4. 年末調整を税理士に依頼するデメリット
年末調整を税理士に依頼するデメリットは、依頼料などのコストの問題です。一般的に、税理士に年末調整業務を委託する場合、所定の基本料金に加えて従業員数に応じた手数料が発生します。
年末調整が必要な従業員数が多い場合、高額な依頼料が発生し、費用負担が大きくなるリスクがあります。
ただし、費用対効果の点で考えると、年末調整を税理士に依頼することが必ずしもマイナスになるとは限りません。年末調整業務を委託すれば、その分の人件費を節約することが可能です。年末調整業務にかかる人件費は、「年末調整に必要な業務時間×従業員の給与(時給)×従業員数」の計算式で求められます。
年末調整業務を社員のみでおこなう場合の人件費が、税理士への委託費用を上回る場合、年末調整業務を税理士に委託しても十分な費用対効果が期待できます。
5. 年末調整を税理士に依頼した場合の費用相場
それでは、実際に年末調整業務を税理士に依頼する場合、どのくらいの料金がかかるのでしょうか。税理士への依頼料は税理士事務所によって異なるものの、おおよその相場は、基本料金が1万円から3万円、従業員数に応じた手数料が1人あたり1,000円から3,000円となっています。

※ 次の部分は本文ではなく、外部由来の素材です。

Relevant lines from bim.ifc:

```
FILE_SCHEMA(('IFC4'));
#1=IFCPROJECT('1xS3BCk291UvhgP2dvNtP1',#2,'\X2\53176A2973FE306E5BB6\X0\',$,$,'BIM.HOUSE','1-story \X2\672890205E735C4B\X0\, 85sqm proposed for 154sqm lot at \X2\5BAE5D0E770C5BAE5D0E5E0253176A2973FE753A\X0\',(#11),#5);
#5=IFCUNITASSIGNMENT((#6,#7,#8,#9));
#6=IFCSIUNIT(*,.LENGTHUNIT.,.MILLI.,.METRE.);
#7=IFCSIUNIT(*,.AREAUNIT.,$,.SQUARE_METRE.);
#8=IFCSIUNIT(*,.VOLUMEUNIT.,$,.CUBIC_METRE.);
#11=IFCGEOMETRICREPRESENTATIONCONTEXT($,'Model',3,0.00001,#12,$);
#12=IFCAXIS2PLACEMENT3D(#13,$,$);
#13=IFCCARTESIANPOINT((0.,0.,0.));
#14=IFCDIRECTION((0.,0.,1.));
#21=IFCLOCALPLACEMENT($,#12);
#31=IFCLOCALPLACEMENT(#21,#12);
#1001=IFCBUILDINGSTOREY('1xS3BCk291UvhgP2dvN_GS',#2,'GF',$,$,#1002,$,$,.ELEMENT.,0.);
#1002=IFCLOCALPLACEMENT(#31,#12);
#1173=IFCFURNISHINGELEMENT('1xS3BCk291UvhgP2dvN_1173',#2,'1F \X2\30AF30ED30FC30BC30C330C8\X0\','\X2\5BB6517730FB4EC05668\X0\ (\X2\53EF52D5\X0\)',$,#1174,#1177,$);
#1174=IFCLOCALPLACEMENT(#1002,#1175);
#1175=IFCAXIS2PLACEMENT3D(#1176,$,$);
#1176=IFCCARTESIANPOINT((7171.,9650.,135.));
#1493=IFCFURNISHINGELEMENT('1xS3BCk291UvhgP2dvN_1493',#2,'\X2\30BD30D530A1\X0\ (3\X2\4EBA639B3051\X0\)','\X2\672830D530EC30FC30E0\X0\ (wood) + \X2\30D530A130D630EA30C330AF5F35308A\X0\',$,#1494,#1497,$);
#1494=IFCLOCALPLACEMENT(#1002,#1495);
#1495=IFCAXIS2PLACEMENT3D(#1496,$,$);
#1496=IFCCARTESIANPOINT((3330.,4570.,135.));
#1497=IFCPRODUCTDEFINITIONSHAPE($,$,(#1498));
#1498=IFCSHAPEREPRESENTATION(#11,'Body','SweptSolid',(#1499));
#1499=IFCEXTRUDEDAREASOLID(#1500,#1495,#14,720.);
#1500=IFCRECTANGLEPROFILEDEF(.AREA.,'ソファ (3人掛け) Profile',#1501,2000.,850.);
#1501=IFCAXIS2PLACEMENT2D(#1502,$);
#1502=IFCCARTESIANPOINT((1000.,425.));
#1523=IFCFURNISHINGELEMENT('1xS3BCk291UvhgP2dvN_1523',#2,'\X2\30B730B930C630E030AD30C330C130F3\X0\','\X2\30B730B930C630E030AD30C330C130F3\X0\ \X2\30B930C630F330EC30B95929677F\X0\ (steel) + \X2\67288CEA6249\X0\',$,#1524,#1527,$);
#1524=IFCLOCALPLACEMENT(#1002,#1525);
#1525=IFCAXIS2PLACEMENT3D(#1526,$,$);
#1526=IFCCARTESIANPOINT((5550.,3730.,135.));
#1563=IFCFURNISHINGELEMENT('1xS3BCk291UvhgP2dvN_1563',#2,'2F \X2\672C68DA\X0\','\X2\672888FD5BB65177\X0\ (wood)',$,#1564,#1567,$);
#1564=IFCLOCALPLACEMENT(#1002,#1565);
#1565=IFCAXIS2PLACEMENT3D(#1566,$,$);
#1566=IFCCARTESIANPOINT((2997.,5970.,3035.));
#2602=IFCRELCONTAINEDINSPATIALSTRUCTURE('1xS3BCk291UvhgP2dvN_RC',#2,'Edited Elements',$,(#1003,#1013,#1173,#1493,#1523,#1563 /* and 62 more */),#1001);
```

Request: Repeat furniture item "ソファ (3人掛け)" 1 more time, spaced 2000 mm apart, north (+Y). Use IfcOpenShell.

```python
import numpy as np
import ifcopenshell
import ifcopenshell.api.geometry
import ifcopenshell.api.root
import ifcopenshell.util.element
import ifcopenshell.util.placement

model = ifcopenshell.open("bim.ifc")


def reuse_history(source, copy):
    """copy_class also copies each property set's owner history, people and application; keep the originals."""
    for rel in copy.IsDefinedBy:
        if rel.is_a("IfcRelDefinesByProperties") and (history := rel.RelatingPropertyDefinition.OwnerHistory):
            rel.RelatingPropertyDefinition.OwnerHistory = source.OwnerHistory
            ifcopenshell.util.element.remove_deep2(model, history)


source = model.by_guid("1xS3BCk291UvhgP2dvN_1493")
base = ifcopenshell.util.placement.get_local_placement(source.ObjectPlacement)
step = np.array([0.0, 1.0, 0.0]) * 2000.0

for i in range(1, 2):
    copy = ifcopenshell.api.root.copy_class(model, product=source)
    copy.Representation = ifcopenshell.util.element.copy_deep(
        model, source.Representation, exclude=["IfcGeometricRepresentationContext", "IfcRepresentationMap"]
    )
    reuse_history(source, copy)
    matrix = base.copy()
    matrix[:3, 3] += i * step
    print("added at", matrix[:3, 3].round(3) + 0.0)
    ifcopenshell.api.geometry.edit_object_placement(model, product=copy, matrix=matrix, is_si=False)

model.write("bim_v2.ifc")
```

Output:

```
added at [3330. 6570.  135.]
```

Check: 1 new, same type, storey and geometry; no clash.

たとえば、基本料金が1万円、従業員数に応じた手数料が1人あたり1,000円、従業員数が30人の場合、税理士への依頼料は以下の通りです。
- 1万円+1,000円×30人=40,000円
なお、急な依頼の場合や、源泉徴収票などの法定調書の作成も依頼する場合、オプション料金が発生する可能性があります。
6. 年末調整における税理士選びのポイント
年末調整を依頼する税理士選びのポイントは3つあります。
- 税理士または税理士法人など、税理士資格を有しているか
- 年末調整業務の実績が豊富かどうか
- 雇用関係助成金など、新型コロナウイルスに関する助成金の知識が豊富か
もし年末調整のアウトソースを業務内容として宣伝していても、実際には税理士業務の資格のない業者である可能性もあります。税理士資格の有無はもちろん、サービスサイトやコーポレートサイトなどを確認しましょう。
7. 年末調整を税理士に依頼する際は、費用対効果を考慮しよう
年末調整は税理士に依頼することが可能です。ただし、年末調整は税理士の独占業務に該当するため、社会保険労務士など税理士以外の人に委託することはできません。税理士に年末調整を依頼すれば、計算ミスや控除漏れの防止などのメリットがあります。人件費の節約も期待できるため、年末調整の業務委託を検討しましょう。